[Saved data entries]
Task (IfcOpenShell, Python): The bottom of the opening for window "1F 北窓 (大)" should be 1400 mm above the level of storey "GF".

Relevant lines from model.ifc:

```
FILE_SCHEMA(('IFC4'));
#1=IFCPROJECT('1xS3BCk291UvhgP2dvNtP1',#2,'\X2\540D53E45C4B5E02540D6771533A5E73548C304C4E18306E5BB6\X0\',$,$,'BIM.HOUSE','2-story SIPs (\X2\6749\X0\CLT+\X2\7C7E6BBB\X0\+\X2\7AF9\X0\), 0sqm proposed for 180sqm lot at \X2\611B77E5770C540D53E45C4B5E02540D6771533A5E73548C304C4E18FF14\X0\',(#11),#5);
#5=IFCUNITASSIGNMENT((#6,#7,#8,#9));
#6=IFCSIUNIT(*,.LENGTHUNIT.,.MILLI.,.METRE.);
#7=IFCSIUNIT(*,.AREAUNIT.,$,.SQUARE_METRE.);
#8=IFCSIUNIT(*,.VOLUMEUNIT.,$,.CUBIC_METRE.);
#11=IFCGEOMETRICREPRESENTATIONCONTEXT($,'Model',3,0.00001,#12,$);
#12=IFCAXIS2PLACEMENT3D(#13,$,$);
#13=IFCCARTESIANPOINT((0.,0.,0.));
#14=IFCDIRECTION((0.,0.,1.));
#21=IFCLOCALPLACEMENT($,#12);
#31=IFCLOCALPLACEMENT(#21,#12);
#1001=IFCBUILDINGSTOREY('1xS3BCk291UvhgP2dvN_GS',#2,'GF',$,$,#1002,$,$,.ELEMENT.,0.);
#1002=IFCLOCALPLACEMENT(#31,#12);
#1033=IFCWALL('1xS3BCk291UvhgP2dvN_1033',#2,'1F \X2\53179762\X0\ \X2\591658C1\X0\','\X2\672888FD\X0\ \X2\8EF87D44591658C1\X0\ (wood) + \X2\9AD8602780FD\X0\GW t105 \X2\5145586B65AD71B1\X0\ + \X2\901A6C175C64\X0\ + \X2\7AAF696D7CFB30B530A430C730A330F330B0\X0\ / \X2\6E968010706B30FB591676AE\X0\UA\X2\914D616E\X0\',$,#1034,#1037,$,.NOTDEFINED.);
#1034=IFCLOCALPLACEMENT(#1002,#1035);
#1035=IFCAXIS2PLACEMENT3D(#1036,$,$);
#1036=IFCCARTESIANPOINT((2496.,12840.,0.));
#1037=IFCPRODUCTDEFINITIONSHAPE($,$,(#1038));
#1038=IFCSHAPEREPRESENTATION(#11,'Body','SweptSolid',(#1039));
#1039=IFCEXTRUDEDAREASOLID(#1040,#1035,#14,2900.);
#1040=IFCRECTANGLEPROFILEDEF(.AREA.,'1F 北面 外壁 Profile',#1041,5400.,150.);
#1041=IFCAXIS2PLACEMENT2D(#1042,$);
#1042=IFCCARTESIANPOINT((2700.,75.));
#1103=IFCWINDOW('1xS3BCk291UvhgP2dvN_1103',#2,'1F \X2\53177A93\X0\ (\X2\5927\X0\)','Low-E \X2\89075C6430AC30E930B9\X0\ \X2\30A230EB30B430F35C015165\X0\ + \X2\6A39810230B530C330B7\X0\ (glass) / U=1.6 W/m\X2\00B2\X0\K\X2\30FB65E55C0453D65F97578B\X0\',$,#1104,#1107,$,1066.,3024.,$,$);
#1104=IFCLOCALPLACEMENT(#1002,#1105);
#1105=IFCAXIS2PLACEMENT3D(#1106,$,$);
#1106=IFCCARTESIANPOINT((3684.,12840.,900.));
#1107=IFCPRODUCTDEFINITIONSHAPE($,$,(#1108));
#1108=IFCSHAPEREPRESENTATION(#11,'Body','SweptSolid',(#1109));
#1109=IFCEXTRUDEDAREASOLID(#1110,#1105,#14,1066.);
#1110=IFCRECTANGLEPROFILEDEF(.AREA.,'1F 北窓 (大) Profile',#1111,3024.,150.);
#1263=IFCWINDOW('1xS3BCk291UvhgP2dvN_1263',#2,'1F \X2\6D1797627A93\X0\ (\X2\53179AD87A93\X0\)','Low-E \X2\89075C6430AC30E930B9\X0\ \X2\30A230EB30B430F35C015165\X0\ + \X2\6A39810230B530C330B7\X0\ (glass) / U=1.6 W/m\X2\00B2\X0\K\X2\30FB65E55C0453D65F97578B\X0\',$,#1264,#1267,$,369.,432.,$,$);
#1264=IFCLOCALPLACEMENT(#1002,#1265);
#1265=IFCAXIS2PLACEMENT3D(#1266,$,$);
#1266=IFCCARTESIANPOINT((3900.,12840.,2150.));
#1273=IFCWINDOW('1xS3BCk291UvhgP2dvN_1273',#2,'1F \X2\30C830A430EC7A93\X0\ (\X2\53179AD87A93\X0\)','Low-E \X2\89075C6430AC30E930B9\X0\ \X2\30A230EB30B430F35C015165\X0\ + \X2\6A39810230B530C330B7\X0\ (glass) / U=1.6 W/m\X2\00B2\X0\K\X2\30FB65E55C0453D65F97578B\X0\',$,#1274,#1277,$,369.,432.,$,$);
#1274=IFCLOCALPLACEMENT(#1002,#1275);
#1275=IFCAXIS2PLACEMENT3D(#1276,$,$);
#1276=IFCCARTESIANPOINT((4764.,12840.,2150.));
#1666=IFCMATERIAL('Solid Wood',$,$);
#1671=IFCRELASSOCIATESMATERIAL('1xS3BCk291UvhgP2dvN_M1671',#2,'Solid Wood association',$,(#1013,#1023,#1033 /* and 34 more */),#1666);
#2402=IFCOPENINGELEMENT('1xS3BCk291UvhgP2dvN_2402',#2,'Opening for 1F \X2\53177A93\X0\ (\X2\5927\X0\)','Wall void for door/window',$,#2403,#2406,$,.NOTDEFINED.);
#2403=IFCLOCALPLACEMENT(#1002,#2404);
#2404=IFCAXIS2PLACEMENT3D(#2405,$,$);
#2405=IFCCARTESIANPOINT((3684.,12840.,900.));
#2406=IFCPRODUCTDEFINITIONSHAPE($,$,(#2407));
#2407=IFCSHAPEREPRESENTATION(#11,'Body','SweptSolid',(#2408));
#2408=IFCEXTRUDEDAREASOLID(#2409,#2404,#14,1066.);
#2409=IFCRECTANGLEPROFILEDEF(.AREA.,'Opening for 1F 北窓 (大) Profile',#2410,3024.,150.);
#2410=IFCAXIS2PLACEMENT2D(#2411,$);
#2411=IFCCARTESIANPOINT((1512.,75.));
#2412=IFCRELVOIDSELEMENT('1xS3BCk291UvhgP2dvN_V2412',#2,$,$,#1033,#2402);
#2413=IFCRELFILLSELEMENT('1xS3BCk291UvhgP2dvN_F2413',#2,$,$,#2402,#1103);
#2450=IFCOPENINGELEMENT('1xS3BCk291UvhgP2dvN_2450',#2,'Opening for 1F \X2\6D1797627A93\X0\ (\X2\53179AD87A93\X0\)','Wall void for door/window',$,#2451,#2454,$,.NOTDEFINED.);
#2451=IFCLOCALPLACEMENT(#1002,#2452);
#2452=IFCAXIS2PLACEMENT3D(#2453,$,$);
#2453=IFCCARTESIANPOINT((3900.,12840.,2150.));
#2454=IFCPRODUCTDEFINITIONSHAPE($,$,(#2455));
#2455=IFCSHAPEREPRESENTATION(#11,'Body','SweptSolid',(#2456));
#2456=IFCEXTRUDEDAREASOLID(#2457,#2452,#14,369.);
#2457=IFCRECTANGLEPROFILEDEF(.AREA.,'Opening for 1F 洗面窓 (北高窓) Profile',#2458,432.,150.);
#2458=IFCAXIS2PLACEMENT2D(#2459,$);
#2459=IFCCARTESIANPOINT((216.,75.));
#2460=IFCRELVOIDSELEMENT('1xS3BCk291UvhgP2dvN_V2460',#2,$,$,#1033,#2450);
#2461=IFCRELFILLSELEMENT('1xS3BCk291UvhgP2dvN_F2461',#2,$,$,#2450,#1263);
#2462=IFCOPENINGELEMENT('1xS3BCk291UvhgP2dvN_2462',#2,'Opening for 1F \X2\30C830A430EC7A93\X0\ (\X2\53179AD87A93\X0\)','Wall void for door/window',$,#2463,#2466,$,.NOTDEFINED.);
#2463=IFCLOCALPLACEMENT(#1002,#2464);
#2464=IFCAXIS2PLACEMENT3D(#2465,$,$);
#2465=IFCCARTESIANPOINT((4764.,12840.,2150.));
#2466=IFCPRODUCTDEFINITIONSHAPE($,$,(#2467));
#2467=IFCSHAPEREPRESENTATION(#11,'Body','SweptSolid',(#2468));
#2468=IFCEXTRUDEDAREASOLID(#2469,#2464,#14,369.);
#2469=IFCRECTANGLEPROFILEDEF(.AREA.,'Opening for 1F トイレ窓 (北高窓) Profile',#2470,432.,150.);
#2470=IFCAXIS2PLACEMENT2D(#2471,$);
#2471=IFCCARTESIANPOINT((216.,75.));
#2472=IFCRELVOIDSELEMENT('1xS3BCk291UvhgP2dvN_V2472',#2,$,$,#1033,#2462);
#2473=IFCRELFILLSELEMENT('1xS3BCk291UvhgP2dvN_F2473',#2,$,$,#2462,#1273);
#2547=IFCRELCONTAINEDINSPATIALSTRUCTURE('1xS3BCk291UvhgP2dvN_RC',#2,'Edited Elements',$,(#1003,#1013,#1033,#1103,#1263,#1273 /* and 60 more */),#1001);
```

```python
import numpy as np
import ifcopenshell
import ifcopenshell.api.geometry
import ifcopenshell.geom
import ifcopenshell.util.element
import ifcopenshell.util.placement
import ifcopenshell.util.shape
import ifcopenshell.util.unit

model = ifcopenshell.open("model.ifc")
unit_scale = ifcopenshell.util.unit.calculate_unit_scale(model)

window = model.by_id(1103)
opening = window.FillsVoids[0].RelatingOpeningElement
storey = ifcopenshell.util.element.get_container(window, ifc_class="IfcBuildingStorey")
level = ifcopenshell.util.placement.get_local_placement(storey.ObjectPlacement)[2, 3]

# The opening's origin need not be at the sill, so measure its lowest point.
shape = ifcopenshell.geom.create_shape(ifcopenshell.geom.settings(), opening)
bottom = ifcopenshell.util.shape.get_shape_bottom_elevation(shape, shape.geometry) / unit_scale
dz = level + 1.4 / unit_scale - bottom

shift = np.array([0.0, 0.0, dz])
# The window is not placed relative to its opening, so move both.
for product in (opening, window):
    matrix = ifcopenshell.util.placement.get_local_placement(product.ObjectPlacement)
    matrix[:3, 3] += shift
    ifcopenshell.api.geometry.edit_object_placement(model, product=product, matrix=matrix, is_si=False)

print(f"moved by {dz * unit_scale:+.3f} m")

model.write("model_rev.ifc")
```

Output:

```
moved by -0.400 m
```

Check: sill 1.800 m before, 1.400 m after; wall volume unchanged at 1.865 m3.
---
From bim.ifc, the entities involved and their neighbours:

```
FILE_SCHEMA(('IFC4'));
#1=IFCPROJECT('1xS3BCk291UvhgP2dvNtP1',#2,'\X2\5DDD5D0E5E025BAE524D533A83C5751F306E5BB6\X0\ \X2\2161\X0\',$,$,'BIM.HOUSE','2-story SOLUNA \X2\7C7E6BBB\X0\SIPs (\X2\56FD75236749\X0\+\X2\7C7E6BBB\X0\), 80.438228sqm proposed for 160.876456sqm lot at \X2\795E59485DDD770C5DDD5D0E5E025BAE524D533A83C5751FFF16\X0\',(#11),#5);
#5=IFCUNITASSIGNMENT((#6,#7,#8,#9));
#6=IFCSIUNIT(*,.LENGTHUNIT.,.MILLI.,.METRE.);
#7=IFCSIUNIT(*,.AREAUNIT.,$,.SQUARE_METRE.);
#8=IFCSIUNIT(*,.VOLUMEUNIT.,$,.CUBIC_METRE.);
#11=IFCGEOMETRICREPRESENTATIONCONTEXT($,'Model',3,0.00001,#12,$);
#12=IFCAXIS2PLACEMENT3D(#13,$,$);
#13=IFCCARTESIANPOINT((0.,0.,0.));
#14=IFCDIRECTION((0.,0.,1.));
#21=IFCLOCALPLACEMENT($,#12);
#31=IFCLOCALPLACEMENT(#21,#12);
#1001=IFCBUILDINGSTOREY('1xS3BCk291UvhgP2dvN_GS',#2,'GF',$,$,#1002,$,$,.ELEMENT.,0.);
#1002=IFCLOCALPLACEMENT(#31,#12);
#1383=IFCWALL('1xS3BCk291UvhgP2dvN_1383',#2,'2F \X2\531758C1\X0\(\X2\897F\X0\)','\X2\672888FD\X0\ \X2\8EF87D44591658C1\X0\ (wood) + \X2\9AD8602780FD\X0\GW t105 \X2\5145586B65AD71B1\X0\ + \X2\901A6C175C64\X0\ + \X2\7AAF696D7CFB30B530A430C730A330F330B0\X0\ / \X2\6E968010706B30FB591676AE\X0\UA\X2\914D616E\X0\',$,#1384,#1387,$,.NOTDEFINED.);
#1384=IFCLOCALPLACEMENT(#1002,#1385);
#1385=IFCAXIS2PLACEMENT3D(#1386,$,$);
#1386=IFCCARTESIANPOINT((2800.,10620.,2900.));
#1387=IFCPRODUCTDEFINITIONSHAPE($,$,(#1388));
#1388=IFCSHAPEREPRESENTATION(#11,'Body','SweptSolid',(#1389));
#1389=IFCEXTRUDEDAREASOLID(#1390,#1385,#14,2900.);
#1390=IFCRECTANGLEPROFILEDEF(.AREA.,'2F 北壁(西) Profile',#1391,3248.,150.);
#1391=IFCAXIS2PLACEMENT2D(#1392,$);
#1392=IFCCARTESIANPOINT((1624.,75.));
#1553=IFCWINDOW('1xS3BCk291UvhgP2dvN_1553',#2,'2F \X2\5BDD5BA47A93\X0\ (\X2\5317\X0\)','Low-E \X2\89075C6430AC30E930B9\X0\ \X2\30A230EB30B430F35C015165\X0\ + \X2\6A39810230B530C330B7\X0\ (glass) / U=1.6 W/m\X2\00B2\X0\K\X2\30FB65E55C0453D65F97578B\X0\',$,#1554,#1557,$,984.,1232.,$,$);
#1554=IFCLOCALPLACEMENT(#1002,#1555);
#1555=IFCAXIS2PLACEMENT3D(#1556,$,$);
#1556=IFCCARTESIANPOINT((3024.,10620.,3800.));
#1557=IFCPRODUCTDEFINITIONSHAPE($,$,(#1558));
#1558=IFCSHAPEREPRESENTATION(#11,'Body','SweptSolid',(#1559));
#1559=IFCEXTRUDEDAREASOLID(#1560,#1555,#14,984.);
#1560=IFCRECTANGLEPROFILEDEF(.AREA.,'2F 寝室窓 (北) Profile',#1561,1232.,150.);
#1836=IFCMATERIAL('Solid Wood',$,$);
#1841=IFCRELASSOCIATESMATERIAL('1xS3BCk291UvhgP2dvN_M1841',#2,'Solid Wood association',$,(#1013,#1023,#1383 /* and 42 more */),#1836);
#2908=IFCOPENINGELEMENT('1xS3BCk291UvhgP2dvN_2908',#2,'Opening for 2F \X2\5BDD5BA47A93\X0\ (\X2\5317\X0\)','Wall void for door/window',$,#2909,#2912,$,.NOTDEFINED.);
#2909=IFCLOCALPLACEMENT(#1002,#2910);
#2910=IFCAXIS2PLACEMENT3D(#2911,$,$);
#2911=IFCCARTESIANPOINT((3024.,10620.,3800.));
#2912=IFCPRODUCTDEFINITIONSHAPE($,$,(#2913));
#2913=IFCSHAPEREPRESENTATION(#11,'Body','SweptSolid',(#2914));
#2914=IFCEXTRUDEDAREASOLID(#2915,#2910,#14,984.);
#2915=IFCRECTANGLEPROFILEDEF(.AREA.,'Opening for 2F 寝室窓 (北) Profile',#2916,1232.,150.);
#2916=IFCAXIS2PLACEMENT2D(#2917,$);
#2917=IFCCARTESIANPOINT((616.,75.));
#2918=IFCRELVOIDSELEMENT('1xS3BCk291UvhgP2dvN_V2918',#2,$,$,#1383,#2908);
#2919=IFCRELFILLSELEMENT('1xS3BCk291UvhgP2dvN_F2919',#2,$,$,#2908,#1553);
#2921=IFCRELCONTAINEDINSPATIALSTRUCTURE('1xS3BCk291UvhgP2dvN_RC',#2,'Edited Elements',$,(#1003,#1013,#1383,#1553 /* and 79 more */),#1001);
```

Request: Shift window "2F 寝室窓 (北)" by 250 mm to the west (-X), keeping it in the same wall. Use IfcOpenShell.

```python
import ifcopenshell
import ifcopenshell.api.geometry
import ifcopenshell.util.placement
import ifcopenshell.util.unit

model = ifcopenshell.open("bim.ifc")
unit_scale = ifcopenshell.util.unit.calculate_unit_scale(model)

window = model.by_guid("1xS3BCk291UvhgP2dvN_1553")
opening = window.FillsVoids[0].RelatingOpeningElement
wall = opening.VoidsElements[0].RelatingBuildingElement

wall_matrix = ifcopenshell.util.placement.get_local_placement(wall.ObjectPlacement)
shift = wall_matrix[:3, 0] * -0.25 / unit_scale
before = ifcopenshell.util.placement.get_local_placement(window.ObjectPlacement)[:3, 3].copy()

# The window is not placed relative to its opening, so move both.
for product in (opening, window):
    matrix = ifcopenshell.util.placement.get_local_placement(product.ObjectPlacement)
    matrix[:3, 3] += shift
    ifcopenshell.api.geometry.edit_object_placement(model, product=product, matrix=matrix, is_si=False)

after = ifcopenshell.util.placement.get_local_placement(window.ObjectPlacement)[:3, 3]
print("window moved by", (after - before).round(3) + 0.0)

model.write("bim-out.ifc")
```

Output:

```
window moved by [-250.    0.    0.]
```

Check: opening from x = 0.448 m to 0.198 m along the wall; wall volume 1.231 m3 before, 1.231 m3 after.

PROBLEM: Each line holding the word "proposed" must be pulled from the records.

OUTPUT:
#1=IFCPROJECT('1xS3BCk291UvhgP2dvNtP1',#2,'\X2\540D53E45C4B5E02540D6771533A5E73548C304C4E18306E5BB6\X0\',$,$,'BIM.HOUSE','2-story SIPs (\X2\6749\X0\CLT+\X2\7C7E6BBB\X0\+\X2\7AF9\X0\), 0sqm proposed for 180sqm lot at \X2\611B77E5770C540D53E45C4B5E02540D6771533A5E73548C304C4E18FF14\X0\',(#11),#5);
#1=IFCPROJECT('1xS3BCk291UvhgP2dvNtP1',#2,'\X2\5DDD5D0E5E025BAE524D533A83C5751F306E5BB6\X0\ \X2\2161\X0\',$,$,'BIM.HOUSE','2-story SOLUNA \X2\7C7E6BBB\X0\SIPs (\X2\56FD75236749\X0\+\X2\7C7E6BBB\X0\), 80.438228sqm proposed for 160.876456sqm lot at \X2\795E59485DDD770C5DDD5D0E5E025BAE524D533A83C5751FFF16\X0\',(#11),#5);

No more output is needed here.